*What needs to be done:*
In the data below, which lines hold the word "IFCMATERIALLAYERSET"? Copy them.

*Data excerpts:*
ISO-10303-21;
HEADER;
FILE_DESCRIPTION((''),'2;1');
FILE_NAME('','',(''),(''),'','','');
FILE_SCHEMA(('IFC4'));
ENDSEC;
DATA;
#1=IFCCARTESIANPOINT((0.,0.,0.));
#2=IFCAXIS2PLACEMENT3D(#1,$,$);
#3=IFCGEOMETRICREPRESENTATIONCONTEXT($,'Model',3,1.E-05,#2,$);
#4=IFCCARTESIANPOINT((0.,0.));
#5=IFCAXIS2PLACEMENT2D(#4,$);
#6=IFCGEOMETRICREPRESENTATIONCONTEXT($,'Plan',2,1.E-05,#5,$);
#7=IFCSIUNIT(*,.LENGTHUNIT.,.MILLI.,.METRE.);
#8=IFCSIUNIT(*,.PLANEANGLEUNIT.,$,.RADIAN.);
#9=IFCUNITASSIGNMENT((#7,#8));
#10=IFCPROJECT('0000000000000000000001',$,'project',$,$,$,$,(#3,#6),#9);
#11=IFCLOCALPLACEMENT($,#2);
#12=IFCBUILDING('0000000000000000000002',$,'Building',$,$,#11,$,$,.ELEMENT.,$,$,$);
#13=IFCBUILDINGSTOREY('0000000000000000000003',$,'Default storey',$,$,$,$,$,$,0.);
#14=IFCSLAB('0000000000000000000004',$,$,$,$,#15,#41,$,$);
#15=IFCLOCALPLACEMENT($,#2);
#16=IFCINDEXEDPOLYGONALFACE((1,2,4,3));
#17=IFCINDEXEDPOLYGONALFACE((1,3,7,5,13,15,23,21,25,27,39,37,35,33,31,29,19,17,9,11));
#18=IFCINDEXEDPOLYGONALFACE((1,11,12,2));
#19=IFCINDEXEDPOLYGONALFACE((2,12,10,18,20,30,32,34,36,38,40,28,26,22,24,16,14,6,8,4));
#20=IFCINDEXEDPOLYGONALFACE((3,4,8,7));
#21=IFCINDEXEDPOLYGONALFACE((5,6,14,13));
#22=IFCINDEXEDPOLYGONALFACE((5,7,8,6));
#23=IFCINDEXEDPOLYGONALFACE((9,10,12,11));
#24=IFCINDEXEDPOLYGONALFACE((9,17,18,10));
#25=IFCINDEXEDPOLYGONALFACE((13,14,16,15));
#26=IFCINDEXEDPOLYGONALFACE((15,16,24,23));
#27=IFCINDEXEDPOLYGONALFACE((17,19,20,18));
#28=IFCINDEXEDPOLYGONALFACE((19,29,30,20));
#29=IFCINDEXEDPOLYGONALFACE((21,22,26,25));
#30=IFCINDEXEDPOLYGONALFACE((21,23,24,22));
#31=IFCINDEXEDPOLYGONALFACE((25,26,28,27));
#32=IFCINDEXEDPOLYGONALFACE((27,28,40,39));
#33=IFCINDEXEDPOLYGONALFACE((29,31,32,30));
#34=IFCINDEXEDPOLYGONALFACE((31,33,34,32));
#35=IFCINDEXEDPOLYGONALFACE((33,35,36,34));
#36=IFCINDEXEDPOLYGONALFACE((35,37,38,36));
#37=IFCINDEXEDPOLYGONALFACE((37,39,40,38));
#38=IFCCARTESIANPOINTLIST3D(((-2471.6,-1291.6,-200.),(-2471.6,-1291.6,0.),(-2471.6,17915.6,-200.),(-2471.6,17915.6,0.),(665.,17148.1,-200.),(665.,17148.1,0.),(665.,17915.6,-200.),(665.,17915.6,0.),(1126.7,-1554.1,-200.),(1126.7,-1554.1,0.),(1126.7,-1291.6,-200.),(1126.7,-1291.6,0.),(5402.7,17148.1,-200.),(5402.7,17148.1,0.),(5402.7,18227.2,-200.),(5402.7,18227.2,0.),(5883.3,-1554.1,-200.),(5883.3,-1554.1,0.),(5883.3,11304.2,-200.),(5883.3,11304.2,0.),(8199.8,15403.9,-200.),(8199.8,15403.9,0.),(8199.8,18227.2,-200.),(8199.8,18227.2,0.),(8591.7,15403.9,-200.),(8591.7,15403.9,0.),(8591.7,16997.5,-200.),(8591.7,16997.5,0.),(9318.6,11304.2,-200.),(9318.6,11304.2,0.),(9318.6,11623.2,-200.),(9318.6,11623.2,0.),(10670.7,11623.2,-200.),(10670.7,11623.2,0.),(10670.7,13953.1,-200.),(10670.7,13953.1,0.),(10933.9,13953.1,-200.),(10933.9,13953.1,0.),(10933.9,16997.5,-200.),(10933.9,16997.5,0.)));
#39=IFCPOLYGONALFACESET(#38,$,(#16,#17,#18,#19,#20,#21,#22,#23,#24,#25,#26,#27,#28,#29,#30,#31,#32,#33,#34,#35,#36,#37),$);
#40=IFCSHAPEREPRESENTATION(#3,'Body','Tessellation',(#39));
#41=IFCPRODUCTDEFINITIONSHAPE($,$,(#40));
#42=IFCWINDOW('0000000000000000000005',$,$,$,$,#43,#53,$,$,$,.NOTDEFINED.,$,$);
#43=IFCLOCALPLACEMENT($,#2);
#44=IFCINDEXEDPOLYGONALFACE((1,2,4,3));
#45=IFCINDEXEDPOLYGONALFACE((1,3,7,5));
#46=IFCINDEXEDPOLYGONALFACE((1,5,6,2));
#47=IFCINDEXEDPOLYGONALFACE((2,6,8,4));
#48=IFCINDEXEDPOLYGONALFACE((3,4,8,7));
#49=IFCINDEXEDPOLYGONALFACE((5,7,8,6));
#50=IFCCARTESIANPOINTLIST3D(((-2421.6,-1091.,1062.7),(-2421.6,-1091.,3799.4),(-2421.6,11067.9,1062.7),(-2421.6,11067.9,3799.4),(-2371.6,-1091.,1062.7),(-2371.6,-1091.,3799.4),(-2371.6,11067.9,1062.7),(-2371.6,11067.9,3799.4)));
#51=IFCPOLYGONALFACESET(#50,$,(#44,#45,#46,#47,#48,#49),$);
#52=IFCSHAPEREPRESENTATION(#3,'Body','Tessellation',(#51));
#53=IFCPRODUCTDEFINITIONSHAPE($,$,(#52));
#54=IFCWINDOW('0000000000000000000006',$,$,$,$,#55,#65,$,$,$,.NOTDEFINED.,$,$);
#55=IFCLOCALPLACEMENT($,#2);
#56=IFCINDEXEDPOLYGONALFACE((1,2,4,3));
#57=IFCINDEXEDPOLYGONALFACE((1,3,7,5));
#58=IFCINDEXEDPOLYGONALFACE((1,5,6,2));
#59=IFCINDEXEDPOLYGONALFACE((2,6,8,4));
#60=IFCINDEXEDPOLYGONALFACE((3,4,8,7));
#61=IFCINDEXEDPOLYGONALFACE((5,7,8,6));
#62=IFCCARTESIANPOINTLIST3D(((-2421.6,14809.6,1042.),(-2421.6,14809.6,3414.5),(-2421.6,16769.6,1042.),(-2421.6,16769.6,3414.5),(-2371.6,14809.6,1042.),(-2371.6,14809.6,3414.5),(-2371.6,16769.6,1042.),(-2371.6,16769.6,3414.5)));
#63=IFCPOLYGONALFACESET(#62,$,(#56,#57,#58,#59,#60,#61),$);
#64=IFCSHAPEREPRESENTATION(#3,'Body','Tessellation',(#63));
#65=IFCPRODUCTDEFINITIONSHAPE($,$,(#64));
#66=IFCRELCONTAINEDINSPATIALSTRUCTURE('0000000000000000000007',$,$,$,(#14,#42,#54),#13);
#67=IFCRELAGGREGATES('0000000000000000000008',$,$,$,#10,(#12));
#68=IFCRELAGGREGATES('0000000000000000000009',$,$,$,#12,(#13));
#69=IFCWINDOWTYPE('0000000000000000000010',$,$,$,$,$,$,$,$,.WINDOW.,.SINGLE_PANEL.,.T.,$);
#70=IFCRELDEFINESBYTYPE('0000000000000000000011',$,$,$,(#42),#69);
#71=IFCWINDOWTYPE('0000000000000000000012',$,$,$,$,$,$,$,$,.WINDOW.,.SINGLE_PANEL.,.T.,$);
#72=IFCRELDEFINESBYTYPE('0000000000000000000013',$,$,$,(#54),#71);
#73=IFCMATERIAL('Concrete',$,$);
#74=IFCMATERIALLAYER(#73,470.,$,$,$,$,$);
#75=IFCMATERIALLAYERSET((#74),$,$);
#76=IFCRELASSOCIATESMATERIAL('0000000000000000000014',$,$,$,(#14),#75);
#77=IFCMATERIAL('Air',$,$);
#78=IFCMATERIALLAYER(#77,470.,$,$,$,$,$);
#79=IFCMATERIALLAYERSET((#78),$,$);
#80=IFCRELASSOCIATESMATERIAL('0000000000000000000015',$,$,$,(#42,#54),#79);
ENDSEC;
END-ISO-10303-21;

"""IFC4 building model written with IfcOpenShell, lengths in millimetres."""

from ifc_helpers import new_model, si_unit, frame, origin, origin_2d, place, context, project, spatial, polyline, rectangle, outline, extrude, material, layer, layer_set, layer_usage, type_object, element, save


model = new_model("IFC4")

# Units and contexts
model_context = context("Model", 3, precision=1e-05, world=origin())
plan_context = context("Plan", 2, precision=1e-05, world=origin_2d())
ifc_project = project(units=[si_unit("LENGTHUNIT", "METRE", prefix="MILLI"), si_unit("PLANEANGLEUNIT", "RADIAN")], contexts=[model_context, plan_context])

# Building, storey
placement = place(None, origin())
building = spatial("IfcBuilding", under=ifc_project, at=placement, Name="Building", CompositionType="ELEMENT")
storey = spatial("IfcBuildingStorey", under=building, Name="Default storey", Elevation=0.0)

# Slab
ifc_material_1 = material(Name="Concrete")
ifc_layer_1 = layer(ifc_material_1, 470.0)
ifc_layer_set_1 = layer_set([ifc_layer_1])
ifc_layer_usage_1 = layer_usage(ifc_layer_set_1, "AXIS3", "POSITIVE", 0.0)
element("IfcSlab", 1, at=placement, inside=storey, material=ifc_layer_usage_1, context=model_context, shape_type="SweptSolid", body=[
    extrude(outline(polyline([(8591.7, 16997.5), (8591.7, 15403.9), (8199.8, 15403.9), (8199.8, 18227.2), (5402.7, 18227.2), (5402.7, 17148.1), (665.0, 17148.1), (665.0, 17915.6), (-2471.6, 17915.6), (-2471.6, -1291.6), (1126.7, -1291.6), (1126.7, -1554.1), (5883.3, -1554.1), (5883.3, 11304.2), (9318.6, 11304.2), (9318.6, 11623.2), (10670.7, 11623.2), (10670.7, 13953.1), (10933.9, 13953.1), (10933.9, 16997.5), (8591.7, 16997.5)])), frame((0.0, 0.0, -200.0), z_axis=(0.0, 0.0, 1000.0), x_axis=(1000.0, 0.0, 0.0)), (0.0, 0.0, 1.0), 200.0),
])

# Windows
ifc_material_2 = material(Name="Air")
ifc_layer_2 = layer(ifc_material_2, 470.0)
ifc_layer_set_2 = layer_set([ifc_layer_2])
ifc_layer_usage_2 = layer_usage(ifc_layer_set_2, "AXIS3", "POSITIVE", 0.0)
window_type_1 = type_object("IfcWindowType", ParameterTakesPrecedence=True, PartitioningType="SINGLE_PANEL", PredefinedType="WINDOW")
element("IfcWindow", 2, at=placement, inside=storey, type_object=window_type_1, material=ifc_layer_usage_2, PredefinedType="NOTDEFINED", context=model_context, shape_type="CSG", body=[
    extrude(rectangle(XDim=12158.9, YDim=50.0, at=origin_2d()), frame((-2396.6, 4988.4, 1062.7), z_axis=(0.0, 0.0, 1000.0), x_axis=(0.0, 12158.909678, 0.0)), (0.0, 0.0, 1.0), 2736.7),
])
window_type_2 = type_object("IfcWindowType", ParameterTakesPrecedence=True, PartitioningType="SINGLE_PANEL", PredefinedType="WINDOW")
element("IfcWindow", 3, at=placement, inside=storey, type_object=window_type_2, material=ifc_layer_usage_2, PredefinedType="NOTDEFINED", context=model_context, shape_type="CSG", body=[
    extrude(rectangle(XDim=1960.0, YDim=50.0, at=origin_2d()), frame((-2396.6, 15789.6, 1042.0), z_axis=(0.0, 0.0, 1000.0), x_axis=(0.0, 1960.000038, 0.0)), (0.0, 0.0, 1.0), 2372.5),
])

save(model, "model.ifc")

---

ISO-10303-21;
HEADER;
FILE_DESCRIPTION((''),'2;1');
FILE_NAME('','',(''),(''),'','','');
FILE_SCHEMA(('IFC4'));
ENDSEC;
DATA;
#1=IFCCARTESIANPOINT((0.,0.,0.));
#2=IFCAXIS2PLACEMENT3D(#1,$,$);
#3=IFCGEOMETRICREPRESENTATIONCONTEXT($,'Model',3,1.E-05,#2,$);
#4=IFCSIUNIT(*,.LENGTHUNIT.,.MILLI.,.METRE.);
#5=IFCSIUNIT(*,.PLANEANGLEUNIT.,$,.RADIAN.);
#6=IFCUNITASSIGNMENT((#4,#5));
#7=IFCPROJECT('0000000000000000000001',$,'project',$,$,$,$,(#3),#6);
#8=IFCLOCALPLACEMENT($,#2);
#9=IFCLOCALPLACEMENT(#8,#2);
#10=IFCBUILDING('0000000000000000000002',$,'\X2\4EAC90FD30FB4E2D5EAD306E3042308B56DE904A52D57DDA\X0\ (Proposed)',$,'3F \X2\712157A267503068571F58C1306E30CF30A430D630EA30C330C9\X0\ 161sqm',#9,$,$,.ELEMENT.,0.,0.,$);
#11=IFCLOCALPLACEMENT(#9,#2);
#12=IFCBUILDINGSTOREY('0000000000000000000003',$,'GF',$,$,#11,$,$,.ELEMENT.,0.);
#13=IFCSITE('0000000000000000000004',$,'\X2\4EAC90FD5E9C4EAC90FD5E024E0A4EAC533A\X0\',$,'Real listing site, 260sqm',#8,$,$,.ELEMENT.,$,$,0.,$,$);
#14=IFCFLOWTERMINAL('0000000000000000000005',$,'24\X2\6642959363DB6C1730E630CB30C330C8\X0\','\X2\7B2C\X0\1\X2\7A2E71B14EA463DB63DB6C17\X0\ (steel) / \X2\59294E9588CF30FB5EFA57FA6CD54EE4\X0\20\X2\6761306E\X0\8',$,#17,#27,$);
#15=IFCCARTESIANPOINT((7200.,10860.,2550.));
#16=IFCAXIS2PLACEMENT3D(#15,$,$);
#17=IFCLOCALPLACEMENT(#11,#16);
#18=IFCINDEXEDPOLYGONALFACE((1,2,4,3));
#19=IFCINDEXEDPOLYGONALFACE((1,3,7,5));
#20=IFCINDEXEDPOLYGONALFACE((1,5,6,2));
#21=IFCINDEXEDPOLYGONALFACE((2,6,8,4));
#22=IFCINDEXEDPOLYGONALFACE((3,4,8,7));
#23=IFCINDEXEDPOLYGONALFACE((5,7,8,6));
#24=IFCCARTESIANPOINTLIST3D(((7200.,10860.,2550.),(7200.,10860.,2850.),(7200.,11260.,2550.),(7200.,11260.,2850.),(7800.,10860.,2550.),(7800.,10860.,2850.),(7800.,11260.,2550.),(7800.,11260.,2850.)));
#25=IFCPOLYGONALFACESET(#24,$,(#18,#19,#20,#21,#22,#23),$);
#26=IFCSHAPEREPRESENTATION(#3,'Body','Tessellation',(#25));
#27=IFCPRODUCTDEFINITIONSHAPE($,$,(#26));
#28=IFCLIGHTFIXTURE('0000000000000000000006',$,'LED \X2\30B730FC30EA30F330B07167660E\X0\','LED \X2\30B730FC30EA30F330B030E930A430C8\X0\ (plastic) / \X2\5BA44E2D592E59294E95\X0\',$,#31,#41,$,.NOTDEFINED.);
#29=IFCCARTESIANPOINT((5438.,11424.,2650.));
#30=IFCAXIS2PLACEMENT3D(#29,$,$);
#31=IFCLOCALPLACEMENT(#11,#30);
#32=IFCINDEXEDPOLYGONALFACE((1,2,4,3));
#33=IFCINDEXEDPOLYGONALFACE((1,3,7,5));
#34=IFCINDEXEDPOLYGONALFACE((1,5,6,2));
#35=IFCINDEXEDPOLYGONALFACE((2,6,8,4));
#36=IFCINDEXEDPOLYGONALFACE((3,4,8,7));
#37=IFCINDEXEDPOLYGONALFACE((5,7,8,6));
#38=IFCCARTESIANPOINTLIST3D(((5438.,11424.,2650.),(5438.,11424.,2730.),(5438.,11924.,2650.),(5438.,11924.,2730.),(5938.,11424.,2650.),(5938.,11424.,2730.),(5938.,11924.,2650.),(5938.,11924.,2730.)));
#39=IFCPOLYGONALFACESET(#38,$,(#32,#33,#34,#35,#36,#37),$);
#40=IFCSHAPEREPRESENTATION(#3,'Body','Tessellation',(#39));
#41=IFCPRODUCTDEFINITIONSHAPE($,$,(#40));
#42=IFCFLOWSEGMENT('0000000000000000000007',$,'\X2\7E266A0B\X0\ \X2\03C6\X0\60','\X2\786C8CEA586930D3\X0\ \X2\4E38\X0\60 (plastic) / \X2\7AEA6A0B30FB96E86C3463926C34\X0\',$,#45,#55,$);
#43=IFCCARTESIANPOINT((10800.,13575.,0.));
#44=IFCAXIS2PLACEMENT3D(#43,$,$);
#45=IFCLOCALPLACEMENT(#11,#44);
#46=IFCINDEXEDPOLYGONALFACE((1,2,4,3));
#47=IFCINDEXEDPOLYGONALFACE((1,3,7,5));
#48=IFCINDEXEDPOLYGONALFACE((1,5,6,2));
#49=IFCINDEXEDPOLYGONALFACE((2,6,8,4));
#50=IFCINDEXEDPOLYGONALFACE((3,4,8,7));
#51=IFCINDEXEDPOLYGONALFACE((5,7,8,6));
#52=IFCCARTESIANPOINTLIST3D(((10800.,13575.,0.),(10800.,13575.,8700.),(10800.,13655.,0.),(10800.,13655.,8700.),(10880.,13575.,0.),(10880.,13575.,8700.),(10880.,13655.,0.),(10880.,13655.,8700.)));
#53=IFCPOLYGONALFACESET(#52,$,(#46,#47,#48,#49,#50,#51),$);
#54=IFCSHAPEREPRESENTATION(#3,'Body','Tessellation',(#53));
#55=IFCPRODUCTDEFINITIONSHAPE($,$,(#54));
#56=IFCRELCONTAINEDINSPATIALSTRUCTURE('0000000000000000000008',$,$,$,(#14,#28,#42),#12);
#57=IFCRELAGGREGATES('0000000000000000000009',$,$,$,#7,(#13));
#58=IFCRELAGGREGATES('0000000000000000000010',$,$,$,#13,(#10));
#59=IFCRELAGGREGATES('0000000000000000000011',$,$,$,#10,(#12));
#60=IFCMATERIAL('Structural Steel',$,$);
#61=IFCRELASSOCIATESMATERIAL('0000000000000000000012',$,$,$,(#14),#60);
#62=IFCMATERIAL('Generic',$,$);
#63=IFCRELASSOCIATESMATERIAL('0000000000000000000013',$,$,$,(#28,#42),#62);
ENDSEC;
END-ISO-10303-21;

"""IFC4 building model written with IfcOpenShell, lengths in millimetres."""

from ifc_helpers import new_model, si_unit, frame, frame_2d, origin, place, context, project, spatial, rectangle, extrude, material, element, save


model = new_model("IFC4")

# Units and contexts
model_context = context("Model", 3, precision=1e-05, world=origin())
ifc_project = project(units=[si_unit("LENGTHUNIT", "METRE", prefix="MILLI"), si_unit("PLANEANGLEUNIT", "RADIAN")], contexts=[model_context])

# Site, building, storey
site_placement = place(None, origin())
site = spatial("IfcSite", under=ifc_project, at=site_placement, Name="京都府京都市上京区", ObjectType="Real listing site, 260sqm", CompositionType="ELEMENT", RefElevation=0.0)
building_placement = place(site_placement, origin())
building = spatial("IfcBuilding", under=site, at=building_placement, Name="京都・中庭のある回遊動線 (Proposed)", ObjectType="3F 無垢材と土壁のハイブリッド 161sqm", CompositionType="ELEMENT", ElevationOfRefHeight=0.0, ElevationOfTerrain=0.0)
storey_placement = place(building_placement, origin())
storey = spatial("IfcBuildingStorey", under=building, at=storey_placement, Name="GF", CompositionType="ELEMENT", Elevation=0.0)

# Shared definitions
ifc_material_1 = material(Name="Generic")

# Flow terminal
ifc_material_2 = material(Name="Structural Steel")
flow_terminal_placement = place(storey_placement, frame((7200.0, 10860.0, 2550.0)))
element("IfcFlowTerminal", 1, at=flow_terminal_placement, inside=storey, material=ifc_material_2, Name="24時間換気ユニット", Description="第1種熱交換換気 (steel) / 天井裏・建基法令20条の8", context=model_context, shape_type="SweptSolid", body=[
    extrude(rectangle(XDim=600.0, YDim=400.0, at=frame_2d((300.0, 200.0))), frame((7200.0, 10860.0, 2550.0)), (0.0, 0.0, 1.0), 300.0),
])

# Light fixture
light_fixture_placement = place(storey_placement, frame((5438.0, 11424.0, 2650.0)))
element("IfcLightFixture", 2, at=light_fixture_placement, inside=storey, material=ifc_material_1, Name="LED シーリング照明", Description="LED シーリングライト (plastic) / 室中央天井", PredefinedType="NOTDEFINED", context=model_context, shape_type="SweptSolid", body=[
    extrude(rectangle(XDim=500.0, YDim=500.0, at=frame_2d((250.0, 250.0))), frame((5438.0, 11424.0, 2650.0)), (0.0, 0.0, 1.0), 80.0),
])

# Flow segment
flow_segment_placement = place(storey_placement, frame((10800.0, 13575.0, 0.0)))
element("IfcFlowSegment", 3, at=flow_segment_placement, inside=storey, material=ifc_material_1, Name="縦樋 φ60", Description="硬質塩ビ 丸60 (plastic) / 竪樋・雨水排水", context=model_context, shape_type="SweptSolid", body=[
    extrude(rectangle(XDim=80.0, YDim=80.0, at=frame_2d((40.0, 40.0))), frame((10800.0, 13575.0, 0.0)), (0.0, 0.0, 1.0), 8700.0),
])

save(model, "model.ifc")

*Result below:*
#75=IFCMATERIALLAYERSET((#74),$,$);
#79=IFCMATERIALLAYERSET((#78),$,$);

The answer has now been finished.